三人一愣,滿眼不可思議,本以爲會很困難,想出了各種手段,卻不想張奎答應的這麼幹脆。
青蛟猛然站了起來,“只要張教主提出條件,什麼都可以商量。”
張奎當然不介意泄露,星舟核心需要他兩儀真火驅動,揮手間便可掌控,不過還是冷笑道:“說的好聽,我欲徹底掃蕩陰間,禍洲可否願意出兵?”
三人頓時面面相覷,大殿內一時陷入沉默。
青蛟嘆了口氣,“張教主,不瞞你說,禍洲十城彼此並不融洽,陰間怪異黑潮兇險,各自維持陰間通道安穩已是艱難,沒有教主的雄心和手腕。”
“能夠組成聯盟,彼此互不攻伐,皆因一個共同心願,踏入月宮仙門,還望教主海涵。”
說着,他眼中閃過一道幽光,“教主所煉製星舟,神朝大祭時我們已經見過,怕是飛不出天元星吧,我等手中正好有星舟圖紙,不知可否交換?”
“嗯……”
這下輪到了張奎驚訝,不過隨之就是懷疑,“你們既有圖紙,找我幹什麼。”
“星舟核心!”
青蛟一聲長嘆,“天元星沒有核心神材,而且需仙人出手煉製,教主能夠重現核心,當真令我等佩服。”
“佩服倒不必。”
張奎忽然笑了,“不過星舟核心需要我親自出手,煉製之法是神朝機密,不會外傳,你們若想要,除去那圖紙,還要用此物來換。”
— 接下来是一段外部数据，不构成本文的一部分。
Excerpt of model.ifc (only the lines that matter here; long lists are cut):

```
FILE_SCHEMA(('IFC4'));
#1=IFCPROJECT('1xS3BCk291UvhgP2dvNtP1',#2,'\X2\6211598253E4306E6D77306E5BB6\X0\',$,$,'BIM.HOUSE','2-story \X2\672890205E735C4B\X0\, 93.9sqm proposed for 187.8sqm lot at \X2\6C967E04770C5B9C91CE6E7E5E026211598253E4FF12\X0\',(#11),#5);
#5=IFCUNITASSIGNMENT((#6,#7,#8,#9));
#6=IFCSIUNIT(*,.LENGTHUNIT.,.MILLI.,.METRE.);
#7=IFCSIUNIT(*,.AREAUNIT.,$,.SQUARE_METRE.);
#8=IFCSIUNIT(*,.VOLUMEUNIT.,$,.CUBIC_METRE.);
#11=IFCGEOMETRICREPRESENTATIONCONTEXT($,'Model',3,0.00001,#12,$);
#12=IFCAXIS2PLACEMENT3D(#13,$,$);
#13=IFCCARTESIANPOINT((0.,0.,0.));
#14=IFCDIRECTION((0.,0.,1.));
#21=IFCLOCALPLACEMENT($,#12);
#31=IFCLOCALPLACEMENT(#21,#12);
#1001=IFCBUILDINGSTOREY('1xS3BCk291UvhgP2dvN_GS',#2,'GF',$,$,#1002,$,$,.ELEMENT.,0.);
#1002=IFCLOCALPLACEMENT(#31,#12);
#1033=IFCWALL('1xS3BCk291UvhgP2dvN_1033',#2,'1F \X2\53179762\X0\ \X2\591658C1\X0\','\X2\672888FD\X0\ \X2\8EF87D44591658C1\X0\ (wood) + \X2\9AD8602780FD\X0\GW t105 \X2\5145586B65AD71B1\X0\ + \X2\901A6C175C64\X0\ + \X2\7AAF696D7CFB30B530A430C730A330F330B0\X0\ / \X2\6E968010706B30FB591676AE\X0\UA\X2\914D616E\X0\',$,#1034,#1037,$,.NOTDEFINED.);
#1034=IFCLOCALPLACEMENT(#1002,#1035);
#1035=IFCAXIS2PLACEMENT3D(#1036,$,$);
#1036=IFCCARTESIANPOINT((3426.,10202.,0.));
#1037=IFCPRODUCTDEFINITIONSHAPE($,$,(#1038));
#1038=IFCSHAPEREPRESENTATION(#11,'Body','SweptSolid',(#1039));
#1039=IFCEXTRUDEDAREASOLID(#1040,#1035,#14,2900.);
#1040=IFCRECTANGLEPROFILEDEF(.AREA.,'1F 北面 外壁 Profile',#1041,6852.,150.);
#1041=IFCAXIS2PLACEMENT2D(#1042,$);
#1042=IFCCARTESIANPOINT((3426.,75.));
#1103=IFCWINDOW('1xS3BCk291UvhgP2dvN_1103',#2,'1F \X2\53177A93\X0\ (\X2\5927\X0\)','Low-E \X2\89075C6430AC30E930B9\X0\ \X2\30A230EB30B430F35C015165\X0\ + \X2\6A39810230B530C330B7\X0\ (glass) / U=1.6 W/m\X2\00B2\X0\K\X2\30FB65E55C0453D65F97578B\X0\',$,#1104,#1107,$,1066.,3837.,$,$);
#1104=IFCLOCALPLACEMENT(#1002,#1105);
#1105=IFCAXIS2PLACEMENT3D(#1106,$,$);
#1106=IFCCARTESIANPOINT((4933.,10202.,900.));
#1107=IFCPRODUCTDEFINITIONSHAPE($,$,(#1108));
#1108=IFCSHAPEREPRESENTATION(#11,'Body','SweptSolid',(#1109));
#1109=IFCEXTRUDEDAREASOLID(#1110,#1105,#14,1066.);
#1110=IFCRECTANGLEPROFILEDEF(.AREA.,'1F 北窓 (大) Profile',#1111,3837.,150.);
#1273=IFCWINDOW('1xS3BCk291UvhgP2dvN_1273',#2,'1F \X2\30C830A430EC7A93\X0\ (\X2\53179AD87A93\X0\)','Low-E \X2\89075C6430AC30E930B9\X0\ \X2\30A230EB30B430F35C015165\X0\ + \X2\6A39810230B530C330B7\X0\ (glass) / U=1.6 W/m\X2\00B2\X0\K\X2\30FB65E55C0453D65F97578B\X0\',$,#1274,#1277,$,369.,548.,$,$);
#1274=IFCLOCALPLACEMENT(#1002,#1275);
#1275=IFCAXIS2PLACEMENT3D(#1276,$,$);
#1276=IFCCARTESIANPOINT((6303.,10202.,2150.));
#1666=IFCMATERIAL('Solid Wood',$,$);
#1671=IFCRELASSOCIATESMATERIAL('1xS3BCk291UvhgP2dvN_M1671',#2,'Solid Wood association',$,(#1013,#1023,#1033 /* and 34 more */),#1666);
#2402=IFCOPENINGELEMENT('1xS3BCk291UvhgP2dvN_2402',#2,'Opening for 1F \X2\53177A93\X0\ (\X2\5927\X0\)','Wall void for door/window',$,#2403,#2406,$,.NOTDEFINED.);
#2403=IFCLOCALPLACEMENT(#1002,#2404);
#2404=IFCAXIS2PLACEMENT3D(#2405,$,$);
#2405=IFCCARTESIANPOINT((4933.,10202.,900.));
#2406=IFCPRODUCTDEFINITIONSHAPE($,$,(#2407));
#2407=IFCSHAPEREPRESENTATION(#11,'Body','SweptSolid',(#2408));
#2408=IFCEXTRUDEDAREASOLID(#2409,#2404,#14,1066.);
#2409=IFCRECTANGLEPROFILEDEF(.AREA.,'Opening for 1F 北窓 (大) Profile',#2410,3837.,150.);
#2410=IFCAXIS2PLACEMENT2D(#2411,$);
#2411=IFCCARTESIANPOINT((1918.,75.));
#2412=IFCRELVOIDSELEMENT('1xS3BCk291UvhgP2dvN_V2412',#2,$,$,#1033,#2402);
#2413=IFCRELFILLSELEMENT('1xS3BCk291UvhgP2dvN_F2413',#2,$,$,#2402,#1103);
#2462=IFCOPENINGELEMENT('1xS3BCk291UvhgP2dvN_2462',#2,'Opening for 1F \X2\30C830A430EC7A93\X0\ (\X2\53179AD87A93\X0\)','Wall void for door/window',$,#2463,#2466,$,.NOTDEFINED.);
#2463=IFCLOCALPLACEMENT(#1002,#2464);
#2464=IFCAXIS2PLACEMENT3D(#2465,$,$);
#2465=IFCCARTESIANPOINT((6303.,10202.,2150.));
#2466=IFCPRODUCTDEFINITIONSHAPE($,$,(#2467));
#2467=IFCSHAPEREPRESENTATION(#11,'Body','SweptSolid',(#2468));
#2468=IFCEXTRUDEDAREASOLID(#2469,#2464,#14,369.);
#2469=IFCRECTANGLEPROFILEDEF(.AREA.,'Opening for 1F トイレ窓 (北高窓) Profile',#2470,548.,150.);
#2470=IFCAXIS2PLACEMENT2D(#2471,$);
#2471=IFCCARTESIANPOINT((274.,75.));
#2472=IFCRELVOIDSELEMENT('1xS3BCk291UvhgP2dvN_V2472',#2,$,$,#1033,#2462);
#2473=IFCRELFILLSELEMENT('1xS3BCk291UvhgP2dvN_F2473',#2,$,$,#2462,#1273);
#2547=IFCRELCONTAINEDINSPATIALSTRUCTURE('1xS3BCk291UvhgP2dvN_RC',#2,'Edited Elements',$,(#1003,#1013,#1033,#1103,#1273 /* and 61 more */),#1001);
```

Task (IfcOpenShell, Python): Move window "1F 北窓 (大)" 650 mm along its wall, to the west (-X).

```python
import ifcopenshell
import ifcopenshell.api.geometry
import ifcopenshell.util.placement
import ifcopenshell.util.unit

model = ifcopenshell.open("model.ifc")
unit_scale = ifcopenshell.util.unit.calculate_unit_scale(model)

window = model.by_id(1103)
opening = window.FillsVoids[0].RelatingOpeningElement
wall = opening.VoidsElements[0].RelatingBuildingElement

wall_matrix = ifcopenshell.util.placement.get_local_placement(wall.ObjectPlacement)
shift = wall_matrix[:3, 0] * -0.65 / unit_scale
before = ifcopenshell.util.placement.get_local_placement(window.ObjectPlacement)[:3, 3].copy()

# The window is not placed relative to its opening, so move both.
for product in (opening, window):
    matrix = ifcopenshell.util.placement.get_local_placement(product.ObjectPlacement)
    matrix[:3, 3] += shift
    ifcopenshell.api.geometry.edit_object_placement(model, product=product, matrix=matrix, is_si=False)

after = ifcopenshell.util.placement.get_local_placement(window.ObjectPlacement)[:3, 3]
print("window moved by", (after - before).round(3) + 0.0)

model.write("model_edited.ifc")
```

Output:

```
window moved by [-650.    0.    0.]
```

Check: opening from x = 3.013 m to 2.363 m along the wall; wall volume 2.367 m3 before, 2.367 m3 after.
說着,攤開手掌,三人一看,只見一枚古怪晶石臨空懸浮,不斷向外散發着古怪領域。
金城主眉頭緊皺,“此物……似乎在哪兒見過?”
青蛟則面色一變,蹭的一下站了起來,“洞天神晶!”
一旁的古族老者姬萬吾眼神微凝,“吳先生,如果我沒記錯的話,萬魔山曾發現不少此物,全被你收走了吧?”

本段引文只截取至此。